(Stored data entries)

━━━━

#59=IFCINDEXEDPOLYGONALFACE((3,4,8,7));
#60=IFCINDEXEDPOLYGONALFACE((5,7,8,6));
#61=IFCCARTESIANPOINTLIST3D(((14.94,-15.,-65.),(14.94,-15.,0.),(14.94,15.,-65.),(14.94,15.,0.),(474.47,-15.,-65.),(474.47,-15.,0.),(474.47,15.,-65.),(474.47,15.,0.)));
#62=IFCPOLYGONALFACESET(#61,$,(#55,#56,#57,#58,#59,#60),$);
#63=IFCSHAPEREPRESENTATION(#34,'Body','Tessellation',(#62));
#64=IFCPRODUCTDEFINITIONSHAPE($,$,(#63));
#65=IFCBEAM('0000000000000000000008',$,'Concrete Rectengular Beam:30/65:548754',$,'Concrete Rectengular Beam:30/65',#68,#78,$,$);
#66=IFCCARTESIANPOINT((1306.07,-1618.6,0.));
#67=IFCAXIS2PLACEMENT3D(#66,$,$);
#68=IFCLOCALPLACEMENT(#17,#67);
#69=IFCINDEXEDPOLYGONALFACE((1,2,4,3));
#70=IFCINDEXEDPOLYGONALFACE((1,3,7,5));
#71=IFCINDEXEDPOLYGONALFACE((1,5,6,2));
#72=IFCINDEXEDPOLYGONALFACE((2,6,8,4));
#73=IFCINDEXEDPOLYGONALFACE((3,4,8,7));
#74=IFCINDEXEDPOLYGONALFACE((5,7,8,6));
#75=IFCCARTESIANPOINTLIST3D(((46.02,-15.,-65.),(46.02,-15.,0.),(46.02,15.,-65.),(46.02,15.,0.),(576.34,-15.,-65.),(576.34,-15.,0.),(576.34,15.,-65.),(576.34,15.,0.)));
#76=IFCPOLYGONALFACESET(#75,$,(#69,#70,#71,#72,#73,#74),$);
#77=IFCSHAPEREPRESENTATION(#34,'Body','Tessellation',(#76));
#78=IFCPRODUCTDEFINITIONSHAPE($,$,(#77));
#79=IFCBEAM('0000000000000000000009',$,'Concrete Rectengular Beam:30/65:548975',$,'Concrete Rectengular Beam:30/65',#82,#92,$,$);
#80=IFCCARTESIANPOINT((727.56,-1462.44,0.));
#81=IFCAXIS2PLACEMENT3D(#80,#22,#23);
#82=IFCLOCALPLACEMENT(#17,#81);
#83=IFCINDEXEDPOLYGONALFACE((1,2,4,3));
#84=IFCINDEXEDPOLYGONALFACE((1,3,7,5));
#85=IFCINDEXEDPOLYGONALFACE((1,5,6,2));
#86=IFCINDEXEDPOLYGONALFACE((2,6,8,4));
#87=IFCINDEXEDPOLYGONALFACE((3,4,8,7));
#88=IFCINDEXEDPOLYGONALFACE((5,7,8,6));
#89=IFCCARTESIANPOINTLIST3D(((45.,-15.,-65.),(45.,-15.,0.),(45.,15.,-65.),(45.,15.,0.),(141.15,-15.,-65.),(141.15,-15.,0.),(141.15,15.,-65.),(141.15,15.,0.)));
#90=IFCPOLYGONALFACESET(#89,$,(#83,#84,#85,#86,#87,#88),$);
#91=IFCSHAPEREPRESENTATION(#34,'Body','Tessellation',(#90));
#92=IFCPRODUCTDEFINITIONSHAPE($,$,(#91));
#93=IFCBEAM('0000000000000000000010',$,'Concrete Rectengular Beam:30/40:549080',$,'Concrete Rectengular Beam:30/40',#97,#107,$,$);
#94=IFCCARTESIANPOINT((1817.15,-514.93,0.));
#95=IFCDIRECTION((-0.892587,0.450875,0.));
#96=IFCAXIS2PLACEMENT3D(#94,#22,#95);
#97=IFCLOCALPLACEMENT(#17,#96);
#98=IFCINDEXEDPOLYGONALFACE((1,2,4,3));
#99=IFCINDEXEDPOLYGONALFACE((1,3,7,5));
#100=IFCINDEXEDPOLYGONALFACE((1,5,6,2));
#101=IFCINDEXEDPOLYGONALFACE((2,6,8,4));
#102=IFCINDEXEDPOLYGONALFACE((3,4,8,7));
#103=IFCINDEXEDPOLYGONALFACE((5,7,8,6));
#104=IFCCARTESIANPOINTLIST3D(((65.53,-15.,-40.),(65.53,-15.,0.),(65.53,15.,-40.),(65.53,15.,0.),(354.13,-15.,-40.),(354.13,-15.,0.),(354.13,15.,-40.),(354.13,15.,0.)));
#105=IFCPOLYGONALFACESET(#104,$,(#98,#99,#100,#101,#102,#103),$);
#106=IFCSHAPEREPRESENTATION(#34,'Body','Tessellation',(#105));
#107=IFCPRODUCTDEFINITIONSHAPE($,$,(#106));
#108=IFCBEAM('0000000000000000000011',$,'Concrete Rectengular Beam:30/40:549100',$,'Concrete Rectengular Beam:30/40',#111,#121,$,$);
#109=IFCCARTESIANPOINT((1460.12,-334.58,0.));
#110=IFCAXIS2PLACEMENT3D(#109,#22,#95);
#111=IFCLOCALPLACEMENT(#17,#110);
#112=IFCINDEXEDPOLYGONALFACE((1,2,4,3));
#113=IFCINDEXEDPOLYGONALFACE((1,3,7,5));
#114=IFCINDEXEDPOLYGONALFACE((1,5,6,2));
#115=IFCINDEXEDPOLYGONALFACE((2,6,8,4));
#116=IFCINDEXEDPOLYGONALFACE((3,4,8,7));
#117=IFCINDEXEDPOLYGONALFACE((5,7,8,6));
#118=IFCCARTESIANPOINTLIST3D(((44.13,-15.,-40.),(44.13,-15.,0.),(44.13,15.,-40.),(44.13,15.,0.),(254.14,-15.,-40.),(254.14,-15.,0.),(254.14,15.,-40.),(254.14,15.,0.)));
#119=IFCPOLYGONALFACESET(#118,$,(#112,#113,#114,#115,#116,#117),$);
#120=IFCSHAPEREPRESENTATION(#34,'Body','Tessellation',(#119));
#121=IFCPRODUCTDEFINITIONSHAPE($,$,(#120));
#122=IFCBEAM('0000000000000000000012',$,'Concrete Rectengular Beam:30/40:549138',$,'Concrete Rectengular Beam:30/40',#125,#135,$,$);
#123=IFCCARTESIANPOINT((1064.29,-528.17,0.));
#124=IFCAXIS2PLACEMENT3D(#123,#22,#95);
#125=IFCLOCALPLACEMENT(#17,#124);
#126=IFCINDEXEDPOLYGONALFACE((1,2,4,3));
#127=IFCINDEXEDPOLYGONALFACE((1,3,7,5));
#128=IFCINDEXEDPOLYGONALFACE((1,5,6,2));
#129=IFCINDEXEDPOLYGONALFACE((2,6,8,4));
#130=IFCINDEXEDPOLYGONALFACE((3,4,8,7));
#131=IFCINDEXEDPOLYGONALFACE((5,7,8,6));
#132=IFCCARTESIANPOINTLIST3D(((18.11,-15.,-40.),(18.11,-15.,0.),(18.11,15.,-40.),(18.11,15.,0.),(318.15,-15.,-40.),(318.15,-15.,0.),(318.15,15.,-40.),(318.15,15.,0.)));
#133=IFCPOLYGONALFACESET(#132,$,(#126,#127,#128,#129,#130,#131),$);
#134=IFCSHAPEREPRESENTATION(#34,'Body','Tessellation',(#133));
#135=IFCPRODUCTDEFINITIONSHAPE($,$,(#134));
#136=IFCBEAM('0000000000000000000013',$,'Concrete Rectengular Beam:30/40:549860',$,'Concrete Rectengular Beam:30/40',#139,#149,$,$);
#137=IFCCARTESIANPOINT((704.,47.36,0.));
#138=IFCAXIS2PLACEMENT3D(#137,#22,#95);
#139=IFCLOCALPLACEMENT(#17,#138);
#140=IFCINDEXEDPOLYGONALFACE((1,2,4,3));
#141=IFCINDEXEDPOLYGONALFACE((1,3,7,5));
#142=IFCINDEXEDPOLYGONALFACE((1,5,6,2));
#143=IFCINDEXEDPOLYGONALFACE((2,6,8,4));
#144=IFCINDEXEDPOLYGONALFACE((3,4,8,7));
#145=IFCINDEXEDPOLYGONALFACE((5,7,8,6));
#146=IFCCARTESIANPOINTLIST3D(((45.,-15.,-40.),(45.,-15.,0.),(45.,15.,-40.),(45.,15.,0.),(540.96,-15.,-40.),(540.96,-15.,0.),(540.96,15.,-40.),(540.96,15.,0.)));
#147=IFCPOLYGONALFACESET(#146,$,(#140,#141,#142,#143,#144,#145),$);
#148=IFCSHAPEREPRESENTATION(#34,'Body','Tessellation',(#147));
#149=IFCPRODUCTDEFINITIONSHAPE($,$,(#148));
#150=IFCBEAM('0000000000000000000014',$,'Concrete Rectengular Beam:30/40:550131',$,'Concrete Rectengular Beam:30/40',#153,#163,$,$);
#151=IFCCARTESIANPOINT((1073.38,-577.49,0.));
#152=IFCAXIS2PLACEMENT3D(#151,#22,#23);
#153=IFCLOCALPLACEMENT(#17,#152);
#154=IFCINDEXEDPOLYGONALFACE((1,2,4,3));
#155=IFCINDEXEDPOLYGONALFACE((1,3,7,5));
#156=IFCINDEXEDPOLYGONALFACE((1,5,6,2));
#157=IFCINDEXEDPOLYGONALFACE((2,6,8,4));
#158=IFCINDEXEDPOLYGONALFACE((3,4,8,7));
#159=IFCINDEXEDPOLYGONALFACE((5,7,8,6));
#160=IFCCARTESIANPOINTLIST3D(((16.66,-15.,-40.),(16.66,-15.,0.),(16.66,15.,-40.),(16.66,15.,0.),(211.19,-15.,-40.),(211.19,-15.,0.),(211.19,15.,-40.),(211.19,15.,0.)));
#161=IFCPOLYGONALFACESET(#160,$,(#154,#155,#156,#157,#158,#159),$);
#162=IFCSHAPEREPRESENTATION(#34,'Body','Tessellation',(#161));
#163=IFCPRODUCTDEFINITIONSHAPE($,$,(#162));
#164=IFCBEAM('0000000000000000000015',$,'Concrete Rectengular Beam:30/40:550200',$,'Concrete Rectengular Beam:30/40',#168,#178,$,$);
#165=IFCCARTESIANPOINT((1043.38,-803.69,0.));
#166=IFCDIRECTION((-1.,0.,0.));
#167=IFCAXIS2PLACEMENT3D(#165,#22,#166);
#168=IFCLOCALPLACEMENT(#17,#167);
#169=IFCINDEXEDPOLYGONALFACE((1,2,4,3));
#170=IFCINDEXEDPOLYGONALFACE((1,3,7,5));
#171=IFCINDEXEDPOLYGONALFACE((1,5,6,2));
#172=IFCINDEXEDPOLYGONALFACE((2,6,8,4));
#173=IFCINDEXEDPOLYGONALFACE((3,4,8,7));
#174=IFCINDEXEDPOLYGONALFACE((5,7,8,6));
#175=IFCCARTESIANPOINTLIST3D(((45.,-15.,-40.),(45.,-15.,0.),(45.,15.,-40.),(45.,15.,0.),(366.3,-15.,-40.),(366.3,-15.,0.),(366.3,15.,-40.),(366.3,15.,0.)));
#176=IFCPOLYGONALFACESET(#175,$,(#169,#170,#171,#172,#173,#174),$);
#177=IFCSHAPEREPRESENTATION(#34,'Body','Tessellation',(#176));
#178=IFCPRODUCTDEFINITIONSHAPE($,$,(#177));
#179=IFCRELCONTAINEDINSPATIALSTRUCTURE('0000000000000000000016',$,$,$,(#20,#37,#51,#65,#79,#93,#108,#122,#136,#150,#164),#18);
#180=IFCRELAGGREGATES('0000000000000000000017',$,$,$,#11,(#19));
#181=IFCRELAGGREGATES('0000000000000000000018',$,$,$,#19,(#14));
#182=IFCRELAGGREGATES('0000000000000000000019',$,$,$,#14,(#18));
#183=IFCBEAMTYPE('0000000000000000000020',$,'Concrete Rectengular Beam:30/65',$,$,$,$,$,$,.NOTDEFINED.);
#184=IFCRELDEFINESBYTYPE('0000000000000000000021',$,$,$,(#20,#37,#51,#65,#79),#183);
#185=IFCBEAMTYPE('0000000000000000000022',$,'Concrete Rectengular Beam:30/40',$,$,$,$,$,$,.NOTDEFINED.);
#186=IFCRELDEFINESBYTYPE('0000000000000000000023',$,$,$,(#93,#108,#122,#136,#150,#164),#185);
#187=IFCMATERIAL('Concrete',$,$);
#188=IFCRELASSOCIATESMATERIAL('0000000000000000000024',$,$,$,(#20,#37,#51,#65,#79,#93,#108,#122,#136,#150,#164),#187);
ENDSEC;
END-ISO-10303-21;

━━━━

**ASSIGNMENT:**
In the data above, retype exactly and only the lines between the one holding "#83=IFCINDEXEDPOLYGONALFACE((1,2,4,3));" and the one holding "#96=IFCAXIS2PLACEMENT3D(#94,#22,#95);", inclusive.

**SOLUTION TO THIS EXERCISE:**
#83=IFCINDEXEDPOLYGONALFACE((1,2,4,3));
#84=IFCINDEXEDPOLYGONALFACE((1,3,7,5));
#85=IFCINDEXEDPOLYGONALFACE((1,5,6,2));
#86=IFCINDEXEDPOLYGONALFACE((2,6,8,4));
#87=IFCINDEXEDPOLYGONALFACE((3,4,8,7));
#88=IFCINDEXEDPOLYGONALFACE((5,7,8,6));
#89=IFCCARTESIANPOINTLIST3D(((45.,-15.,-65.),(45.,-15.,0.),(45.,15.,-65.),(45.,15.,0.),(141.15,-15.,-65.),(141.15,-15.,0.),(141.15,15.,-65.),(141.15,15.,0.)));
#90=IFCPOLYGONALFACESET(#89,$,(#83,#84,#85,#86,#87,#88),$);
#91=IFCSHAPEREPRESENTATION(#34,'Body','Tessellation',(#90));
#92=IFCPRODUCTDEFINITIONSHAPE($,$,(#91));
#93=IFCBEAM('0000000000000000000010',$,'Concrete Rectengular Beam:30/40:549080',$,'Concrete Rectengular Beam:30/40',#97,#107,$,$);
#94=IFCCARTESIANPOINT((1817.15,-514.93,0.));
#95=IFCDIRECTION((-0.892587,0.450875,0.));
#96=IFCAXIS2PLACEMENT3D(#94,#22,#95);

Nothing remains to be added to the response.